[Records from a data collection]
%%

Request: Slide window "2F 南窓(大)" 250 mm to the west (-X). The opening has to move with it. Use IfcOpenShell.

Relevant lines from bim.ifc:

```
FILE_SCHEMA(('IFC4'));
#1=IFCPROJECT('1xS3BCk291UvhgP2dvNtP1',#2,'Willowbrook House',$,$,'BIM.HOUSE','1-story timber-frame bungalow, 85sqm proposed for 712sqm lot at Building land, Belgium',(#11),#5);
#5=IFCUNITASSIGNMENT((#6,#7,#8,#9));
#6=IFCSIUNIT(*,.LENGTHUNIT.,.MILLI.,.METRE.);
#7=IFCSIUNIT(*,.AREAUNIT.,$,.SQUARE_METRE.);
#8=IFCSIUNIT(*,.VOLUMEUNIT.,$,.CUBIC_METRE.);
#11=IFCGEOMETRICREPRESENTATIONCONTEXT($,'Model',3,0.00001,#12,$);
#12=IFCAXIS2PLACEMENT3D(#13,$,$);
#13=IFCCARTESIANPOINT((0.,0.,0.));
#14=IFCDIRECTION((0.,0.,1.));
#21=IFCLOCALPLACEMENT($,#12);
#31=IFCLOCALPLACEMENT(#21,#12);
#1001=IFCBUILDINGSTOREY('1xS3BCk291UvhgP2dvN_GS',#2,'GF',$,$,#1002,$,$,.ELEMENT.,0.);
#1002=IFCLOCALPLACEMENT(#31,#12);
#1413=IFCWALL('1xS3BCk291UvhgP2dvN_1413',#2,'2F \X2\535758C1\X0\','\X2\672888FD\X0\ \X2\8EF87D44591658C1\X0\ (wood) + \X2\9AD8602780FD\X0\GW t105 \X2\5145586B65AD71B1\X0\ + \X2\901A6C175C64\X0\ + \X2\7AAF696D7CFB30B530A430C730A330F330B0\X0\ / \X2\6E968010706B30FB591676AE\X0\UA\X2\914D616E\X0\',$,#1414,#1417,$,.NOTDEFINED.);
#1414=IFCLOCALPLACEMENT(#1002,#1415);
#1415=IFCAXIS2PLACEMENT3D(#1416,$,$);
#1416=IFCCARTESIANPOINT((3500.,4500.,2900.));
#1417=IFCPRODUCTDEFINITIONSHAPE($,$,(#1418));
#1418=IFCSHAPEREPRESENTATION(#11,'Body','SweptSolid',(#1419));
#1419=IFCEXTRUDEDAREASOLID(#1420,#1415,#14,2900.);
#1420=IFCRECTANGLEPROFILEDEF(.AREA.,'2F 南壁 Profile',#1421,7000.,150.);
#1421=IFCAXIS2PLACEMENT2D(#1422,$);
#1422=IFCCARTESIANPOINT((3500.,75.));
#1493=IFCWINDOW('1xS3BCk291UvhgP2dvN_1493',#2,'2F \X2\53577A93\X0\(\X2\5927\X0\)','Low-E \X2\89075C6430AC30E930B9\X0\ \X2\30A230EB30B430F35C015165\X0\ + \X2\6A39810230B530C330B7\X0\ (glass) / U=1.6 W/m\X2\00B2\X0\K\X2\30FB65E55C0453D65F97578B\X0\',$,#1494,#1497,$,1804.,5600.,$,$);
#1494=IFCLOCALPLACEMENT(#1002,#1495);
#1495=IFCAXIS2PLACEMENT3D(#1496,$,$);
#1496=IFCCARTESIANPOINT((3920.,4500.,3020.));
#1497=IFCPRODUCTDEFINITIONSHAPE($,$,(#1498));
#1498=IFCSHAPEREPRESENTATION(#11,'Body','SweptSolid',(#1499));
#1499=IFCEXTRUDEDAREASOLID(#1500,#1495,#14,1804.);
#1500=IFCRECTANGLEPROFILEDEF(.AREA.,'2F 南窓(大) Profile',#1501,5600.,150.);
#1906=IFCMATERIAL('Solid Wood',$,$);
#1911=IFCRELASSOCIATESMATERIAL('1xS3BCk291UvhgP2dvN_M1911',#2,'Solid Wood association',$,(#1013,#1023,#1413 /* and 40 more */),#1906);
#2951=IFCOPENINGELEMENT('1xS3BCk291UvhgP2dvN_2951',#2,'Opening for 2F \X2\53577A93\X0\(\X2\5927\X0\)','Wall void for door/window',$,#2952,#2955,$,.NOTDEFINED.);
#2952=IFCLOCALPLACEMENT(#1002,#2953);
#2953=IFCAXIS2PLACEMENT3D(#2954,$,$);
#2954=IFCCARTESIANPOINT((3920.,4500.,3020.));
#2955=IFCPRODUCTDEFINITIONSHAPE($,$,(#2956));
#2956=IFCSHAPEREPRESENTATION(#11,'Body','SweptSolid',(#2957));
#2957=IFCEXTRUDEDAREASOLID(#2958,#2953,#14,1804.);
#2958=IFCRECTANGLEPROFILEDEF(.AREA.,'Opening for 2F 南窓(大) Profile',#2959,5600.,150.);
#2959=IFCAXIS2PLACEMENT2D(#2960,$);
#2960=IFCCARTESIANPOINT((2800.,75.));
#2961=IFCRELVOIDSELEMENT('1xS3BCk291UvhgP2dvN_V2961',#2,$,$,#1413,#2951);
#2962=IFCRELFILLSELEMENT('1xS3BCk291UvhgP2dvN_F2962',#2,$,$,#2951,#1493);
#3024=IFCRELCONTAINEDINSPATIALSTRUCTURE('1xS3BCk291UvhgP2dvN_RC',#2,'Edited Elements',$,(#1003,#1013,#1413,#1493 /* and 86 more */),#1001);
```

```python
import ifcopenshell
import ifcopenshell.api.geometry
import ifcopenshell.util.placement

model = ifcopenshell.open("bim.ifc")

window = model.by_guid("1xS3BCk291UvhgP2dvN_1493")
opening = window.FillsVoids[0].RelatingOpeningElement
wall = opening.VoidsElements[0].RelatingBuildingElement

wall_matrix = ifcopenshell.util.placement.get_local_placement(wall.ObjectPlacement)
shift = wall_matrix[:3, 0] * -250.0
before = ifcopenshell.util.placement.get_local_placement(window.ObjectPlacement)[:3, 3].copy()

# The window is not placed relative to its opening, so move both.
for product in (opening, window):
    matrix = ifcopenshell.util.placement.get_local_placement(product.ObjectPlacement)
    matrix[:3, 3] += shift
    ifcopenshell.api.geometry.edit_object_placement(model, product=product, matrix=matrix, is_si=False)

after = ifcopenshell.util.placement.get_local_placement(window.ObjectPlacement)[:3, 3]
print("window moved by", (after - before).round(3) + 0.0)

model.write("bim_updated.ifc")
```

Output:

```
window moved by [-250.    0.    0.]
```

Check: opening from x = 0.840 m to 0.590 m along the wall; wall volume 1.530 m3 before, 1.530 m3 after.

%%
%%

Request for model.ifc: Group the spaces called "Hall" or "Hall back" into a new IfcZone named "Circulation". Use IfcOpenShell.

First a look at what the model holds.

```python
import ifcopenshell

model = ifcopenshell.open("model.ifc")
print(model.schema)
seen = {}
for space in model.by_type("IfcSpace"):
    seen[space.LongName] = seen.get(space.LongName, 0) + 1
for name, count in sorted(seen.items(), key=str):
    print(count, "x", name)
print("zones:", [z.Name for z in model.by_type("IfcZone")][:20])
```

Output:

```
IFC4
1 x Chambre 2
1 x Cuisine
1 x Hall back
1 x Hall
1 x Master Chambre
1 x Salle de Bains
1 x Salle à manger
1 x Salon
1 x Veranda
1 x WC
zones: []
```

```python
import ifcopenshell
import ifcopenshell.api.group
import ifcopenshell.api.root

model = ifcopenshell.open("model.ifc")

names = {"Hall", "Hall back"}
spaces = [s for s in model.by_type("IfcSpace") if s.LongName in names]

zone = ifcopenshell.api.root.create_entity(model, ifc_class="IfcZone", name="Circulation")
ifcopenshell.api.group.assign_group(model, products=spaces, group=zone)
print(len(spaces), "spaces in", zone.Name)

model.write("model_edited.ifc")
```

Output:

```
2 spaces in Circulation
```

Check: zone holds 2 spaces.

%%
%%

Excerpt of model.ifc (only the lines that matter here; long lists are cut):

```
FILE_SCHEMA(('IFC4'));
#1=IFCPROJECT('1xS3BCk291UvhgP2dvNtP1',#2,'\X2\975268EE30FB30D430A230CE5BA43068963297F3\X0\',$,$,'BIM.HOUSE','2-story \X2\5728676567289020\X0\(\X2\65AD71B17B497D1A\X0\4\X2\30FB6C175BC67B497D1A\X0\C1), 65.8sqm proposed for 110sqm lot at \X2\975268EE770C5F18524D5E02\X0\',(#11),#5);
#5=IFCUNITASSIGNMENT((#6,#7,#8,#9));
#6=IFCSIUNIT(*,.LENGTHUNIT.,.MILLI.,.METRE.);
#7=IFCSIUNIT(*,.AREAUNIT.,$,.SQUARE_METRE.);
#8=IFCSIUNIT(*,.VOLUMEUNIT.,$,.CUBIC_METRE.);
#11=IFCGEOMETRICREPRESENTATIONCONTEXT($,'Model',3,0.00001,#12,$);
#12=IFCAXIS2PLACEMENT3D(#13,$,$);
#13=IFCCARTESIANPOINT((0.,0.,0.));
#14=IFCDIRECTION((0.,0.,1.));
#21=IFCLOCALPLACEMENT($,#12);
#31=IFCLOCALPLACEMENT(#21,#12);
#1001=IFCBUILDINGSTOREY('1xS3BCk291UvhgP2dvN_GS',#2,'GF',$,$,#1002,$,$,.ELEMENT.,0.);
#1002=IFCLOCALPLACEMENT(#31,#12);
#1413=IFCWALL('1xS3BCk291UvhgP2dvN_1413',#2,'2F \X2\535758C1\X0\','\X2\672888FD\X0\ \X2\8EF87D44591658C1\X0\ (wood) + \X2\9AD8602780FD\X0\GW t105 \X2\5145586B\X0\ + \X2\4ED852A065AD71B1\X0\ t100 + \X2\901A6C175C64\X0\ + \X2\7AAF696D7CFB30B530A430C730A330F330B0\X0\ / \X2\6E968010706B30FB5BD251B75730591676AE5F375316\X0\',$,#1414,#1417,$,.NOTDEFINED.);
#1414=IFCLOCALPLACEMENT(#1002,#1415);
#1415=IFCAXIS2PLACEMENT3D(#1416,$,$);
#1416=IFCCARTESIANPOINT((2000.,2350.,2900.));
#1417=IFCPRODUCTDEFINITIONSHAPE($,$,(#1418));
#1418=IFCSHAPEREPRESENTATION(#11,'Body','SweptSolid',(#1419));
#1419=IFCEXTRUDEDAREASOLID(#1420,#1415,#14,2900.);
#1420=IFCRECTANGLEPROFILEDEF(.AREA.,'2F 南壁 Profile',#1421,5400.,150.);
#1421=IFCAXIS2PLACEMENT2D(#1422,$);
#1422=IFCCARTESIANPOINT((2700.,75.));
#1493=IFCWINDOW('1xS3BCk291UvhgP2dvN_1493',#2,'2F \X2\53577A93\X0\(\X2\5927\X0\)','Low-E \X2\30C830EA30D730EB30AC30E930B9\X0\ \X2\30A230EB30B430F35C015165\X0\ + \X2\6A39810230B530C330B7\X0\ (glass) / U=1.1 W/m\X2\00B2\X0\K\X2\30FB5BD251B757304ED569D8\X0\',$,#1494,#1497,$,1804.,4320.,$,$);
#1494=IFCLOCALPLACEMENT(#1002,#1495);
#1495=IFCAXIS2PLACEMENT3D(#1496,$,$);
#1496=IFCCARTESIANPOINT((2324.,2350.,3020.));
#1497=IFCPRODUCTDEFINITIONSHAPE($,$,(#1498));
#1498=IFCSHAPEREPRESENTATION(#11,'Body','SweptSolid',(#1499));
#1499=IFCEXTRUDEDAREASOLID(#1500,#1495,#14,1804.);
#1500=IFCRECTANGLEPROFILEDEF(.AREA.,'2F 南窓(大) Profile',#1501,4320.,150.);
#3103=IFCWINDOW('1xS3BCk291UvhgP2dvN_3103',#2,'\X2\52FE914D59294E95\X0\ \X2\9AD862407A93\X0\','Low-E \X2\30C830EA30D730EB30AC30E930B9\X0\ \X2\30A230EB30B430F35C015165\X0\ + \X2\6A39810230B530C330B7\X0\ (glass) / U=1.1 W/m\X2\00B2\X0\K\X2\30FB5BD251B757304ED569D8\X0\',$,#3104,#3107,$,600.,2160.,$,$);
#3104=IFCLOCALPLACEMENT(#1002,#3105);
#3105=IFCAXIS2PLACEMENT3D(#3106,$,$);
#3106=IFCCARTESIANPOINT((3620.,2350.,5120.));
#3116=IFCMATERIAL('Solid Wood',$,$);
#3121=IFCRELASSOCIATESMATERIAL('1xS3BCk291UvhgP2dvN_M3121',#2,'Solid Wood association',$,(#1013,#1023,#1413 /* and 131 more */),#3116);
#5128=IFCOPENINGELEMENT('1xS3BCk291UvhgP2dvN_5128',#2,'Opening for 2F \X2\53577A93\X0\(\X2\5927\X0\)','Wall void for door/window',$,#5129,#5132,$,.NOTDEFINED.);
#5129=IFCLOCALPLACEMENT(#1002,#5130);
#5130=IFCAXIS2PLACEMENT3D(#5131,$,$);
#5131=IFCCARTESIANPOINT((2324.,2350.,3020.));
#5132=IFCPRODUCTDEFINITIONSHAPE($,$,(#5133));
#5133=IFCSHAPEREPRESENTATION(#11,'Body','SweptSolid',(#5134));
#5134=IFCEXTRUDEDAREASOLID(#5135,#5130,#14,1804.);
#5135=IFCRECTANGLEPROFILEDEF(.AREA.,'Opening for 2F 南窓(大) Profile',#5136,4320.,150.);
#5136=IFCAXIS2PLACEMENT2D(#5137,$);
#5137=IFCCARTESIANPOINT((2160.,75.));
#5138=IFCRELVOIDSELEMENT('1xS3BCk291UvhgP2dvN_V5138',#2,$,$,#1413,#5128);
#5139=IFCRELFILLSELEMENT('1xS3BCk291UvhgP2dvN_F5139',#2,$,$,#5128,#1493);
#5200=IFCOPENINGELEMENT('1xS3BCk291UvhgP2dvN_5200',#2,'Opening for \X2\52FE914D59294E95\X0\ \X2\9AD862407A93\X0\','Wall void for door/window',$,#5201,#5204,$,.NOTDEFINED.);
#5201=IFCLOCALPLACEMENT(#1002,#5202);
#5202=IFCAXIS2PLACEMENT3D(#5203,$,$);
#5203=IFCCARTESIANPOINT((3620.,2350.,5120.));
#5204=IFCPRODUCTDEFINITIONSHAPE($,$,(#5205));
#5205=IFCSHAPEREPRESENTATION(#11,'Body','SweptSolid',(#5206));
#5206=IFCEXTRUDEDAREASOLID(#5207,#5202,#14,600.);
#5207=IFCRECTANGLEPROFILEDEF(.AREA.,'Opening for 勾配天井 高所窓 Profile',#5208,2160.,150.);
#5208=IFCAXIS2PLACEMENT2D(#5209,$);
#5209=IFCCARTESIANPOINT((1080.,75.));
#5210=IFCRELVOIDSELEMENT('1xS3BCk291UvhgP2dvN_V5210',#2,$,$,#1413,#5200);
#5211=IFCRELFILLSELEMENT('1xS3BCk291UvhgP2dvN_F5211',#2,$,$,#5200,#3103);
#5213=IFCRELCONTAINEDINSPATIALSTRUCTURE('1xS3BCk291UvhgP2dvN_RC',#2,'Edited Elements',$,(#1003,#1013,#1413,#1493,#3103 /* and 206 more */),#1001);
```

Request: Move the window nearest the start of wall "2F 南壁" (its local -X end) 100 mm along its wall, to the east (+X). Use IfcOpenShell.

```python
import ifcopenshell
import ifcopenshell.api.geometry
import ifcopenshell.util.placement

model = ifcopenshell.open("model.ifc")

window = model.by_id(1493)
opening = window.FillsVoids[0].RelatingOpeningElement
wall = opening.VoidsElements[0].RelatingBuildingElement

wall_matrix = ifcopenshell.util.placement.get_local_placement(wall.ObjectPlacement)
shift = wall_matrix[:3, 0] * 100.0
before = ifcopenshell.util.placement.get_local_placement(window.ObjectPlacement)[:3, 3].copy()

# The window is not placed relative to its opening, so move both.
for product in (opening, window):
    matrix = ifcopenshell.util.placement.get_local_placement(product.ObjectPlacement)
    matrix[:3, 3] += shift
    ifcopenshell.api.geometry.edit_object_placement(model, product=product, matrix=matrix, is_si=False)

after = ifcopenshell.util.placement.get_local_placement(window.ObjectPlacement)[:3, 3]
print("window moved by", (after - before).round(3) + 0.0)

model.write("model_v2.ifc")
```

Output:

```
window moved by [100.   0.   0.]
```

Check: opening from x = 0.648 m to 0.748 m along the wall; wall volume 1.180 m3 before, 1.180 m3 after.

%%

## WORK REQUEST
Only a number is needed here: how many lines of the data include the word "door"?

## TASK SOLUTION
3